▸ **DATASET ENTRIES**
■ ■ ■ ■

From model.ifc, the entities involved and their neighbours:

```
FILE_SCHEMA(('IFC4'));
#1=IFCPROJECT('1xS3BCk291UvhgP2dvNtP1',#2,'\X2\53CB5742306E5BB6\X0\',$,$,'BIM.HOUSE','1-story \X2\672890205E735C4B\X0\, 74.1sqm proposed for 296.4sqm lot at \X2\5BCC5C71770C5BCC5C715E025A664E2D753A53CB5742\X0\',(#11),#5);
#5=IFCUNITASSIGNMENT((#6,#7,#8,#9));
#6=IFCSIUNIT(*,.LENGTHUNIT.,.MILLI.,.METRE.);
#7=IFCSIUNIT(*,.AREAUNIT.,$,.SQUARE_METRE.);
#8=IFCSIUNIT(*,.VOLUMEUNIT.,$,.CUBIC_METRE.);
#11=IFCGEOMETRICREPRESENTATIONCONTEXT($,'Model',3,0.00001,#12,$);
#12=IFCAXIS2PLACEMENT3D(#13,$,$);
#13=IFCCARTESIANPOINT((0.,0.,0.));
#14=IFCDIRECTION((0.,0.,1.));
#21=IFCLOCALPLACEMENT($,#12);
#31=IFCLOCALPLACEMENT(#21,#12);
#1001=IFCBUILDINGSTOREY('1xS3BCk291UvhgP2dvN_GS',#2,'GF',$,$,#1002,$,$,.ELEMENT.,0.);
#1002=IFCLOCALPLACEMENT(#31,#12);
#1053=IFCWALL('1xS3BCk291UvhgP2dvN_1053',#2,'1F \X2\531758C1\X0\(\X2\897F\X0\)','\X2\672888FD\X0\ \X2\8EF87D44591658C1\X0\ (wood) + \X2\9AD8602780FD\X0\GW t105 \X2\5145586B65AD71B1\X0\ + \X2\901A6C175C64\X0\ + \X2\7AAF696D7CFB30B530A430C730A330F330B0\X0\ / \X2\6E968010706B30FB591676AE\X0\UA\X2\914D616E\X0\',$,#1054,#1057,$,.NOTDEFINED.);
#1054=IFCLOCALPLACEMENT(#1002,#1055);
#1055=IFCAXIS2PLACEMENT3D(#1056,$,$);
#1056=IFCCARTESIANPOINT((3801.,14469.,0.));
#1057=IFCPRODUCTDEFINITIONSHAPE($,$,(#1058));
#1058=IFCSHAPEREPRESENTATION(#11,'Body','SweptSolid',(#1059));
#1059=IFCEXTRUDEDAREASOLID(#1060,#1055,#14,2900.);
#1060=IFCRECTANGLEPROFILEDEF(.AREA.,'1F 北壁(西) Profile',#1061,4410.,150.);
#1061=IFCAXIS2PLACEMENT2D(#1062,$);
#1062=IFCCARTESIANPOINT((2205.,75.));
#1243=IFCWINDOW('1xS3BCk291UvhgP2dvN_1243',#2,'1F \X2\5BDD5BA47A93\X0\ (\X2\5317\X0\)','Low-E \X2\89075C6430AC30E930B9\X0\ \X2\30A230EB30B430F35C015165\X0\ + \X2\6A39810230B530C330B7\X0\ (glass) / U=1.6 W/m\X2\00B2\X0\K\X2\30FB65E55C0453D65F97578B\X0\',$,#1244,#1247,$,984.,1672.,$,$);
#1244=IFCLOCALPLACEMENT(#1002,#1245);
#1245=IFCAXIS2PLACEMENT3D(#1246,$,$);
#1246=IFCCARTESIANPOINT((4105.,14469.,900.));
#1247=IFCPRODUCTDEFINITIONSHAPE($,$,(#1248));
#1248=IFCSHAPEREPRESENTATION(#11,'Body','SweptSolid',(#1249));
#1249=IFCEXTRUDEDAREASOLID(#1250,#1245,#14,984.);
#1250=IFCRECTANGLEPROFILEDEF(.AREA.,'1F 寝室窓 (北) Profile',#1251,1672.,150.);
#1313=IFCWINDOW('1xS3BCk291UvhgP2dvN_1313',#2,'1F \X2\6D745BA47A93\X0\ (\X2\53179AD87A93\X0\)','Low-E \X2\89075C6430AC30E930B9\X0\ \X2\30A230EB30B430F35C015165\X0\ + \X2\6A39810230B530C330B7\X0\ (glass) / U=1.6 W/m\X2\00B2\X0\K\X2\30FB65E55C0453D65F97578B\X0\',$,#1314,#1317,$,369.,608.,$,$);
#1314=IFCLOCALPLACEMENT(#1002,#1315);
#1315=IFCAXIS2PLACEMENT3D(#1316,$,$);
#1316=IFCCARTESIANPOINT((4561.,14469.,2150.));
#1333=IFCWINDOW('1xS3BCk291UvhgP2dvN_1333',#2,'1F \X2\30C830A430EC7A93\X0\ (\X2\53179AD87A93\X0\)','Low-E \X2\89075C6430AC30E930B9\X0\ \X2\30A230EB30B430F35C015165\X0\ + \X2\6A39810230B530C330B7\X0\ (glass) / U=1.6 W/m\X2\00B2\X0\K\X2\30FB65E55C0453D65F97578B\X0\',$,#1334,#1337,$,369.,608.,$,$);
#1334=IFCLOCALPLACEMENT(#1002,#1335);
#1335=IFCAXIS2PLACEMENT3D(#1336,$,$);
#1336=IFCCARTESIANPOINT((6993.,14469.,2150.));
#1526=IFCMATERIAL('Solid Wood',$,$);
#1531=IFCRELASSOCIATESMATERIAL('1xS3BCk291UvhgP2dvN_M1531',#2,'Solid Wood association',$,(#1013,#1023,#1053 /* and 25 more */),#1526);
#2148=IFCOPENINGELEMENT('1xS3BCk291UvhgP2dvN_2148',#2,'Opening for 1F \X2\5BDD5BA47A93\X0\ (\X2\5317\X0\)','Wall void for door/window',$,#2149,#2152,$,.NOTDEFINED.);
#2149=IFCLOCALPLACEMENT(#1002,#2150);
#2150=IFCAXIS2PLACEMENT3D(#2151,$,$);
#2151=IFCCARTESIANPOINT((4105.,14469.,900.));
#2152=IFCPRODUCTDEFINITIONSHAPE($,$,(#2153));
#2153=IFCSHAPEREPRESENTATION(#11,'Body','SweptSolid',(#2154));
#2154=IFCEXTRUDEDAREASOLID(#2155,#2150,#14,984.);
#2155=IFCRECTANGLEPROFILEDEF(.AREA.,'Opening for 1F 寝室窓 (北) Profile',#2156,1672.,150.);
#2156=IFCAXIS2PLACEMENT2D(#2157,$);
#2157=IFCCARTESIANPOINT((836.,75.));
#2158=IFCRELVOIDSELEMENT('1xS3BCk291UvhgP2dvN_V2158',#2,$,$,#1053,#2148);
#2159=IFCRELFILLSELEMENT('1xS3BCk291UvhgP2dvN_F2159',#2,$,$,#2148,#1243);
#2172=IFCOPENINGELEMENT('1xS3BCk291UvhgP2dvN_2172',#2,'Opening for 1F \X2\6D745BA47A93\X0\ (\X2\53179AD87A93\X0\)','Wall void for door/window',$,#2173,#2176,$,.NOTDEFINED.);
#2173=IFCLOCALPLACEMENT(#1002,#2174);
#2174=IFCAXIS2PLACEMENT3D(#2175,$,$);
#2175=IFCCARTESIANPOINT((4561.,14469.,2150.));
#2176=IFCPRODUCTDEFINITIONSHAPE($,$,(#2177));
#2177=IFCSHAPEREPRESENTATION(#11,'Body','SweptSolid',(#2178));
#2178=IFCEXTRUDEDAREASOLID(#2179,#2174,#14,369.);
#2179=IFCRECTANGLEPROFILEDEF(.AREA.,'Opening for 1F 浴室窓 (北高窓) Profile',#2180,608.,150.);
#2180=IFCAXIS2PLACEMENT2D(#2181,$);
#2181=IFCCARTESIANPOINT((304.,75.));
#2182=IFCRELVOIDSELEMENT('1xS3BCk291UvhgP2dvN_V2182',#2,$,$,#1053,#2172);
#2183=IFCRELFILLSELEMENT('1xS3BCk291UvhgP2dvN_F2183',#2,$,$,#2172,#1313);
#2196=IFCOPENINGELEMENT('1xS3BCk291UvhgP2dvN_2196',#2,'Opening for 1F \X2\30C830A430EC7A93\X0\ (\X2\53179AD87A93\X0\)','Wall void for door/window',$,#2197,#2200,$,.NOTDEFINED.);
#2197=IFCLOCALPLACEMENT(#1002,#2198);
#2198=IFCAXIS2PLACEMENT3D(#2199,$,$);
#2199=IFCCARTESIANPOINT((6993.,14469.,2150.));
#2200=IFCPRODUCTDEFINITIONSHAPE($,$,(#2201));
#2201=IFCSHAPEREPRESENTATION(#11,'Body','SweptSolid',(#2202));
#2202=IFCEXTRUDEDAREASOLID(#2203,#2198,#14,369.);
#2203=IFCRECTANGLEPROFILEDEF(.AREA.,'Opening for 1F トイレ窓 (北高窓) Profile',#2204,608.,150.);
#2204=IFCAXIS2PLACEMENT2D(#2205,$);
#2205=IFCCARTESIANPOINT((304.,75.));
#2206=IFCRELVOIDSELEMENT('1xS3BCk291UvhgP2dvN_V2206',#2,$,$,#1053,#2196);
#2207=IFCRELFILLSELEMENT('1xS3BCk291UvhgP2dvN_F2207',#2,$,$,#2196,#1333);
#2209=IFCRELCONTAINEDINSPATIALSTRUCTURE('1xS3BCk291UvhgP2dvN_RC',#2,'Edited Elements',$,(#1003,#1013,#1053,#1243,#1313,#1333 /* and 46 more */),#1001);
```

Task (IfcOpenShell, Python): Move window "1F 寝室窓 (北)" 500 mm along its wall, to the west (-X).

```python
import ifcopenshell
import ifcopenshell.api.geometry
import ifcopenshell.util.placement
import ifcopenshell.util.unit

model = ifcopenshell.open("model.ifc")
unit_scale = ifcopenshell.util.unit.calculate_unit_scale(model)

window = model.by_guid("1xS3BCk291UvhgP2dvN_1243")
opening = window.FillsVoids[0].RelatingOpeningElement
wall = opening.VoidsElements[0].RelatingBuildingElement

wall_matrix = ifcopenshell.util.placement.get_local_placement(wall.ObjectPlacement)
shift = wall_matrix[:3, 0] * -0.5 / unit_scale
before = ifcopenshell.util.placement.get_local_placement(window.ObjectPlacement)[:3, 3].copy()

# The window is not placed relative to its opening, so move both.
for product in (opening, window):
    matrix = ifcopenshell.util.placement.get_local_placement(product.ObjectPlacement)
    matrix[:3, 3] += shift
    ifcopenshell.api.geometry.edit_object_placement(model, product=product, matrix=matrix, is_si=False)

after = ifcopenshell.util.placement.get_local_placement(window.ObjectPlacement)[:3, 3]
print("window moved by", (after - before).round(3) + 0.0)

model.write("model_updated.ifc")
```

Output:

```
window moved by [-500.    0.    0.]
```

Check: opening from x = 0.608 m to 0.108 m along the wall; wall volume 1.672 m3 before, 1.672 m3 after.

■ ■ ■ ■

▸ **PROBLEM TO WORK ON**
Say how many lines in the data hold the string "IFCEXTRUDEDAREASOLID", and say nothing else.

▸ **RESPONSE FOR THIS EXERCISE**
5